Using the records below, filter out every line that lacks "IFCPRODUCTDEFINITIONSHAPE" and copy the rest.

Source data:
● ● ● ● ● ● ●
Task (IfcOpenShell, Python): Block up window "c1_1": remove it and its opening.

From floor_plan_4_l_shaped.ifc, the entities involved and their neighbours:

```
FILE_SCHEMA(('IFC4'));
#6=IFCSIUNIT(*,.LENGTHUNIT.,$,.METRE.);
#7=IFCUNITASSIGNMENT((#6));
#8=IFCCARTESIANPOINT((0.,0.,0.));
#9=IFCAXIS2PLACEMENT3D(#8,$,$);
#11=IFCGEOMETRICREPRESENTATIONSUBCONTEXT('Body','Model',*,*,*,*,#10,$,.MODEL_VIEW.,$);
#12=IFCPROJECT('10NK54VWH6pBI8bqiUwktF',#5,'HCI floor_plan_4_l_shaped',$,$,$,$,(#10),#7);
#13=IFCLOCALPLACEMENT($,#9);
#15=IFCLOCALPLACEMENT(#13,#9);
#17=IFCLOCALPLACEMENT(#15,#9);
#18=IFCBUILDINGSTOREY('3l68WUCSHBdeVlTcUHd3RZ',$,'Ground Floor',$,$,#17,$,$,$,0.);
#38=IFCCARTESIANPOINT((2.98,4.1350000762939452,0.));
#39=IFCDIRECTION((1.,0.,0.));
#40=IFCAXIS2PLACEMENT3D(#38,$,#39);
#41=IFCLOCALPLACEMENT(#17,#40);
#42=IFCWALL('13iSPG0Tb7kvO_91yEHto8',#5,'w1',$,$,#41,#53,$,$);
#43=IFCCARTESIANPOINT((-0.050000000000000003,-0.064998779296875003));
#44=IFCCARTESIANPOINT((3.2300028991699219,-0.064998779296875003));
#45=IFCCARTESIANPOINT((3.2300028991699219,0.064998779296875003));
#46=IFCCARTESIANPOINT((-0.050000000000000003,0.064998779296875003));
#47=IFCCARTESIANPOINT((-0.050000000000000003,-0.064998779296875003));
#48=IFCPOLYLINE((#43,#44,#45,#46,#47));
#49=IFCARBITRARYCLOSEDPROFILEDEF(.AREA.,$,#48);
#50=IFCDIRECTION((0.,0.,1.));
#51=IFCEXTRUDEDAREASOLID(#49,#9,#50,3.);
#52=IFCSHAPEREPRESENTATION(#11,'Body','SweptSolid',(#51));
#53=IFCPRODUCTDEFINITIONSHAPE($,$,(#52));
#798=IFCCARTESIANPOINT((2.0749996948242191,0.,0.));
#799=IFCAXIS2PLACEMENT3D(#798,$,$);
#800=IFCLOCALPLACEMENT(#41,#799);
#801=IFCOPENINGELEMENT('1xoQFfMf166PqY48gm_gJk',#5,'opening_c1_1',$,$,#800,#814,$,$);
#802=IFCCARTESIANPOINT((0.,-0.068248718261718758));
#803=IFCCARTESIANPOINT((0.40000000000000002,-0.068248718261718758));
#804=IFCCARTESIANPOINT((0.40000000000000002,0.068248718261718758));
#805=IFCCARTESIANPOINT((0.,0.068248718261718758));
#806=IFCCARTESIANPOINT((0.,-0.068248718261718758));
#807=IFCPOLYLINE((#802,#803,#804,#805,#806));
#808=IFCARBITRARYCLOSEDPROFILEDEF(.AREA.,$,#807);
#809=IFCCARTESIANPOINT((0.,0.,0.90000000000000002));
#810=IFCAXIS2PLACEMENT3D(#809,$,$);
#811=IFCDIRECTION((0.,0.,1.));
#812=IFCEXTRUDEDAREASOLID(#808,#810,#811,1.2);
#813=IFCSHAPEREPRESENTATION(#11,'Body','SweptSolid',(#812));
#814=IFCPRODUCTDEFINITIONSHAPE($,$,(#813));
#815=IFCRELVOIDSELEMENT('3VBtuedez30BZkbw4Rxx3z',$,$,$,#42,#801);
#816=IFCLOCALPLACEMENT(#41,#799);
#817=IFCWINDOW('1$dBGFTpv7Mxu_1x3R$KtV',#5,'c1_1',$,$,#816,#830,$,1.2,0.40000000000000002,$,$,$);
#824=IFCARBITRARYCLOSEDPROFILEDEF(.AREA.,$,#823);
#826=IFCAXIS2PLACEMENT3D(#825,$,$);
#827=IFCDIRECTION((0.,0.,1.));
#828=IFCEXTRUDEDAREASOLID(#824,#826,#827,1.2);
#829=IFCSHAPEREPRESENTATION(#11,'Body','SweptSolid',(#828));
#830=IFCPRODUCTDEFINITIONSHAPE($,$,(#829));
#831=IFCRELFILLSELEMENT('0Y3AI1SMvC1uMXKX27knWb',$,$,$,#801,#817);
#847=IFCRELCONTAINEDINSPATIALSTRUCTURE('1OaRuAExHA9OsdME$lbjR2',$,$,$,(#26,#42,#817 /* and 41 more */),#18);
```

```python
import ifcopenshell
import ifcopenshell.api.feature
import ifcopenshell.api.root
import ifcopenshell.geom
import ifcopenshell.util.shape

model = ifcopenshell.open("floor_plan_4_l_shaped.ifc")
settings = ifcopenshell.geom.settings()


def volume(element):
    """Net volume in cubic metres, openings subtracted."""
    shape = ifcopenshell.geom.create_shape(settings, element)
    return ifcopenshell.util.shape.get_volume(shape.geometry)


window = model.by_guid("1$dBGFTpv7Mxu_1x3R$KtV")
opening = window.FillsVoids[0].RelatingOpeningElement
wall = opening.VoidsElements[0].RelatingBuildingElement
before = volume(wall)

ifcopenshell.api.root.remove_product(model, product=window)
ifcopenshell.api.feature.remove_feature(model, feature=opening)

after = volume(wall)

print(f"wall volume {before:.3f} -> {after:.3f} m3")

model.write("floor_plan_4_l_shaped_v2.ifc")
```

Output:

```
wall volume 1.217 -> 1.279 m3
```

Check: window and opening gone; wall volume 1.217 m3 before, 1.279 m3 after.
● ● ● ● ● ● ●
Task result »
#53=IFCPRODUCTDEFINITIONSHAPE($,$,(#52));
#814=IFCPRODUCTDEFINITIONSHAPE($,$,(#813));
#830=IFCPRODUCTDEFINITIONSHAPE($,$,(#829));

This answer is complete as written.